Implementation: Raw data from your ETL pipelines is ingested and written directly into Delta tables in this zone. This allows you to immediately leverage Delta's transactional features. You can use Spark to write data from CSV, JSON, or other formats into Delta tables. The folder structure remains the same: /raw/mes/2025/08/26/.
Features:
- Append-Only: Data is appended to the Delta tables. This provides an immutable, auditable log of all ingested data, ensuring a single source of truth.
- Time Travel: Delta Lake's versioning allows you to query historical versions of your data. This is crucial for debugging and re-running pipelines on older data versions if an error is discovered.

B. Curated Zone (Silver Layer)

Purpose: To store cleansed, validated, and refined data.
Implementation: Spark jobs read from the Raw Zone and apply data quality rules and transformations. The cleansed data is then written to new Delta tables in the Curated Zone.
Features:
- Schema Enforcement: Delta Lake automatically enforces a schema upon write. If a new incoming file doesn't match the table's schema, the write operation will fail, preventing bad data from corrupting the table. You can use schema evolution to safely handle changes.
- Data Quality: Instead of just flagging bad data, you can use Delta Lake's COPY INTO command or Spark's capabilities to ingest data into a "quarantine" table for further analysis while allowing clean data to flow to the Curated Zone.
- MERGE INTO: This powerful feature allows you to perform upserts (update or insert) on your Delta tables. This is ideal for handling slowly changing dimensions or updating records without a full table rewrite.

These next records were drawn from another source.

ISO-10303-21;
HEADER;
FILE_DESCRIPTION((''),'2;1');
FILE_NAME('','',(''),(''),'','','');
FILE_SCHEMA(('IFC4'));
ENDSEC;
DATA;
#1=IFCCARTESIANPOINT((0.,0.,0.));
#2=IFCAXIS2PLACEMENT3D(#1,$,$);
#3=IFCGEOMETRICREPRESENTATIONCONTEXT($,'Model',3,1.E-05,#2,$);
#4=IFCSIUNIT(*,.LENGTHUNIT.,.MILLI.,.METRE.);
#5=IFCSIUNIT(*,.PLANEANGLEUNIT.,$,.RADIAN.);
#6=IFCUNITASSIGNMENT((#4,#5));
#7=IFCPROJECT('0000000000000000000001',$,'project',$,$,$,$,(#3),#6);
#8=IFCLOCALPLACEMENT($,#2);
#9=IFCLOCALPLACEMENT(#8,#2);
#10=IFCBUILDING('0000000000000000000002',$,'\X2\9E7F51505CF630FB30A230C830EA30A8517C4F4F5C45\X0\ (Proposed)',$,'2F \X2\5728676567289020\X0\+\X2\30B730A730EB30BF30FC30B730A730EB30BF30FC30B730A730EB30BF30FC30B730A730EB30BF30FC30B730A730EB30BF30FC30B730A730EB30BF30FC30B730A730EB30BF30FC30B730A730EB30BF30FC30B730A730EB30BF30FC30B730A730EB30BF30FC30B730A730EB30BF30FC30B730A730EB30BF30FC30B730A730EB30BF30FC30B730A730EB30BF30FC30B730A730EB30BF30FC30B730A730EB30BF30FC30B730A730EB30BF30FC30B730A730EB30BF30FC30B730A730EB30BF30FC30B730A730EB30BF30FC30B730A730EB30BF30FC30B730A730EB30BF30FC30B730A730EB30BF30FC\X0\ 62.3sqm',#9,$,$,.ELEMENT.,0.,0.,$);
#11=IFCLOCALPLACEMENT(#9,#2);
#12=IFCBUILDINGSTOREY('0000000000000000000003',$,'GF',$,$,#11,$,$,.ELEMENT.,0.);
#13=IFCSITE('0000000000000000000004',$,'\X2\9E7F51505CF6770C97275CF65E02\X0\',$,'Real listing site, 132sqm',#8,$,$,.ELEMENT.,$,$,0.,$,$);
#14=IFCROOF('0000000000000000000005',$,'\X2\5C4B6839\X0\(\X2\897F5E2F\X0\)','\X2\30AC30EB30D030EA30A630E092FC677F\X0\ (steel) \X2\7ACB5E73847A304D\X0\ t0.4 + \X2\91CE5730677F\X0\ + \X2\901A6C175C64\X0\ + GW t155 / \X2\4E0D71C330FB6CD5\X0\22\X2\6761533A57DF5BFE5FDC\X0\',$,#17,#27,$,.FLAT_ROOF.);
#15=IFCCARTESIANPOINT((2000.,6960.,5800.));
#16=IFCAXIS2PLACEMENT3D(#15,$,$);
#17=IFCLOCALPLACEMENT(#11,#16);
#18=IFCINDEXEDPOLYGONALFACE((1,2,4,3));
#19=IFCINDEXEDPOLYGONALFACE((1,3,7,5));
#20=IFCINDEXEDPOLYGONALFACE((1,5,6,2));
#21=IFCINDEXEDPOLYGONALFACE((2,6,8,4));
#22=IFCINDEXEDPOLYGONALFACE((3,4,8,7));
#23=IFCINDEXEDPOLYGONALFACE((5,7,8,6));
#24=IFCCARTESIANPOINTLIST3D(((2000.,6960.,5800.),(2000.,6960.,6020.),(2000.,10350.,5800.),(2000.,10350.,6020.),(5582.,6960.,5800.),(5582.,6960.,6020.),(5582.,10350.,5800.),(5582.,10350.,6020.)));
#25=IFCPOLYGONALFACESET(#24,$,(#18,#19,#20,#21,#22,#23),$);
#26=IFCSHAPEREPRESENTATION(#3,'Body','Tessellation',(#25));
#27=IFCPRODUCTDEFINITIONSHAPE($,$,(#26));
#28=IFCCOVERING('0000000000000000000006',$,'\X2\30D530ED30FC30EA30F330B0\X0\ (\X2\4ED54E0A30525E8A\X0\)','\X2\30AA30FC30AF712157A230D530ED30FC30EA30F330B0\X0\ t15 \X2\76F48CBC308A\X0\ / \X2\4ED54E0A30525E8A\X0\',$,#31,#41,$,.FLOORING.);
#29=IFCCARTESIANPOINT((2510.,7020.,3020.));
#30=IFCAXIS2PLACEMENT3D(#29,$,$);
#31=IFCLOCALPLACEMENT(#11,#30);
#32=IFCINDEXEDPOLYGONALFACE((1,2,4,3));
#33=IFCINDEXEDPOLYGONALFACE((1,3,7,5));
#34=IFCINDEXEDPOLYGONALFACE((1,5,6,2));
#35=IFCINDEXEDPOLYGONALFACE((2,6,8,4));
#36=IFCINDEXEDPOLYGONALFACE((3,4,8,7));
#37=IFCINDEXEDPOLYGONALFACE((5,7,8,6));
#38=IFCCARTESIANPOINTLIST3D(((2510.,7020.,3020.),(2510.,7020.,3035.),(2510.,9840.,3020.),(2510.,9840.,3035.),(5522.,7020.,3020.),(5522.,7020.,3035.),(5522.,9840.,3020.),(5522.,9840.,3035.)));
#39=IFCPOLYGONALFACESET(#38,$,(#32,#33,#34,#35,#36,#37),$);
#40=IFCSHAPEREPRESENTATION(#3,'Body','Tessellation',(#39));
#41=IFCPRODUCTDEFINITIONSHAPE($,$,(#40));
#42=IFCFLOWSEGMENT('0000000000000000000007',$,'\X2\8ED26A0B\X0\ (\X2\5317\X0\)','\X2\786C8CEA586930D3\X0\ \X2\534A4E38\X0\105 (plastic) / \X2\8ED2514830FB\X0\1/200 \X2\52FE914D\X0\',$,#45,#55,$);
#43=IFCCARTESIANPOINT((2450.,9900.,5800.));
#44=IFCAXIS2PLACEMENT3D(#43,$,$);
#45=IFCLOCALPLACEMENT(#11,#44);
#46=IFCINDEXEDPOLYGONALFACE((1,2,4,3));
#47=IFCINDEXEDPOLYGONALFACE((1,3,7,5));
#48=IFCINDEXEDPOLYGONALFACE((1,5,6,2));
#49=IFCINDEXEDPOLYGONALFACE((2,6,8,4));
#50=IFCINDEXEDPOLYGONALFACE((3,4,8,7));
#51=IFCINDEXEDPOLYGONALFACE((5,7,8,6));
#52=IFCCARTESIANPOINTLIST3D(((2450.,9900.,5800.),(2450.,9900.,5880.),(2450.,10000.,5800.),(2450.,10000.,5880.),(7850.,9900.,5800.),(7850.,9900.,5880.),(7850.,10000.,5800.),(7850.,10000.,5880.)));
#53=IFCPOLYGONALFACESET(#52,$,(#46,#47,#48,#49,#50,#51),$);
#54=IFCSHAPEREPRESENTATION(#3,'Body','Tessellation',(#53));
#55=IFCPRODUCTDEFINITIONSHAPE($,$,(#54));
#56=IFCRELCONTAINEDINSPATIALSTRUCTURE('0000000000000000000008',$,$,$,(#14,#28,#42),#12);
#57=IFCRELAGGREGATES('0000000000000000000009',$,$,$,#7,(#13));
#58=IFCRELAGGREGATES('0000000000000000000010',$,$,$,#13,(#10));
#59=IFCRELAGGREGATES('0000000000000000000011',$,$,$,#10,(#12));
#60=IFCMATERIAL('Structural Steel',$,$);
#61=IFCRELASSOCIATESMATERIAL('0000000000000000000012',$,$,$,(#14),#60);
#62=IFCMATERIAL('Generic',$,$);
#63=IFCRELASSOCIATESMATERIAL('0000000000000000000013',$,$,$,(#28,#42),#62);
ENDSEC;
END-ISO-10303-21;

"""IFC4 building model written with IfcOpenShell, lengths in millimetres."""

from ifc_helpers import new_model, si_unit, frame, frame_2d, origin, place, context, project, spatial, rectangle, extrude, material, element, save


model = new_model("IFC4")

# Units and contexts
model_context = context("Model", 3, precision=1e-05, world=origin())
ifc_project = project(units=[si_unit("LENGTHUNIT", "METRE", prefix="MILLI"), si_unit("PLANEANGLEUNIT", "RADIAN")], contexts=[model_context])

# Site, building, storey
site_placement = place(None, origin())
site = spatial("IfcSite", under=ifc_project, at=site_placement, Name="鹿児島県霧島市", ObjectType="Real listing site, 132sqm", CompositionType="ELEMENT", RefElevation=0.0)
building_placement = place(site_placement, origin())
building = spatial("IfcBuilding", under=site, at=building_placement, Name="鹿児島・アトリエ兼住居 (Proposed)", ObjectType="2F 在来木造+シェルターシェルターシェルターシェルターシェルターシェルターシェルターシェルターシェルターシェルターシェルターシェルターシェルターシェルターシェルターシェルターシェルターシェルターシェルターシェルターシェルターシェルターシェルター 62.3sqm", CompositionType="ELEMENT", ElevationOfRefHeight=0.0, ElevationOfTerrain=0.0)
storey_placement = place(building_placement, origin())
storey = spatial("IfcBuildingStorey", under=building, at=storey_placement, Name="GF", CompositionType="ELEMENT", Elevation=0.0)

# Roof
ifc_material_1 = material(Name="Structural Steel")
for number, where, name in (
    (1, (2000.0, 6960.0, 5800.0), "屋根(西帯)"),
):
    element("IfcRoof", number, at=place(storey_placement, frame(where)), inside=storey, material=ifc_material_1, Name=name, Description="ガルバリウム鋼板 (steel) 立平葺き t0.4 + 野地板 + 通気層 + GW t155 / 不燃・法22条区域対応", PredefinedType="FLAT_ROOF", context=model_context, shape_type="SweptSolid", body=[
        extrude(rectangle(XDim=3582.0, YDim=3390.0, at=frame_2d((1791.0, 1695.0))), frame((2000.0, 6960.0, 5800.0)), (0.0, 0.0, 1.0), 220.0),
    ])

# Covering
ifc_material_2 = material(Name="Generic")
covering_placement = place(storey_placement, frame((2510.0, 7020.0, 3020.0)))
element("IfcCovering", 2, at=covering_placement, inside=storey, material=ifc_material_2, Name="フローリング (仕上げ床)", Description="オーク無垢フローリング t15 直貼り / 仕上げ床", PredefinedType="FLOORING", context=model_context, shape_type="SweptSolid", body=[
    extrude(rectangle(XDim=3012.0, YDim=2820.0, at=frame_2d((1506.0, 1410.0))), frame((2510.0, 7020.0, 3020.0)), (0.0, 0.0, 1.0), 15.0),
])

# Flow segment
flow_segment_placement = place(storey_placement, frame((2450.0, 9900.0, 5800.0)))
element("IfcFlowSegment", 3, at=flow_segment_placement, inside=storey, material=ifc_material_2, Name="軒樋 (北)", Description="硬質塩ビ 半丸105 (plastic) / 軒先・1/200 勾配", context=model_context, shape_type="SweptSolid", body=[
    extrude(rectangle(XDim=5400.0, YDim=100.0, at=frame_2d((2700.0, 50.0))), frame((2450.0, 9900.0, 5800.0)), (0.0, 0.0, 1.0), 80.0),
])

save(model, "model.ifc")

C. Analytics Zone (Gold Layer)

Purpose: To hold aggregated, use-case-specific data for ML and BI.
Implementation: Spark jobs read from the Curated Zone and perform complex joins, aggregations, and feature engineering to create high-value datasets. These final datasets are also stored as Delta tables.
Features:
- Optimized for Analytics: Delta tables support Z-ordering and partitioning to co-locate related data, dramatically speeding up queries.
- Simplified Pipelines: You can build a robust, multi-stage pipeline using a series of MERGE and INSERT statements, simplifying the code and making it more reliable.

3. Data Governance with Delta Lake

ACID Transactions: Delta Lake's transactional log guarantees that multiple write operations on the same table won't conflict, even with concurrent writes. This ensures data consistency and integrity.
Data Lineage and Auditing: Every transaction is logged in a detailed file. This provides a full audit trail of who changed what, when, and with what data, making it easy to trace data lineage.
Schema Evolution: Delta Lake provides a simple way to evolve schemas. If you need to add a new column, you can use the schema.evolution option in your Spark write operations, and Delta will automatically handle the change without breaking downstream queries.
Data Quality Monitoring: You can set up scheduled Spark jobs that query the Delta tables to continuously monitor for data quality metrics, such as null values, value ranges, and unexpected data patterns.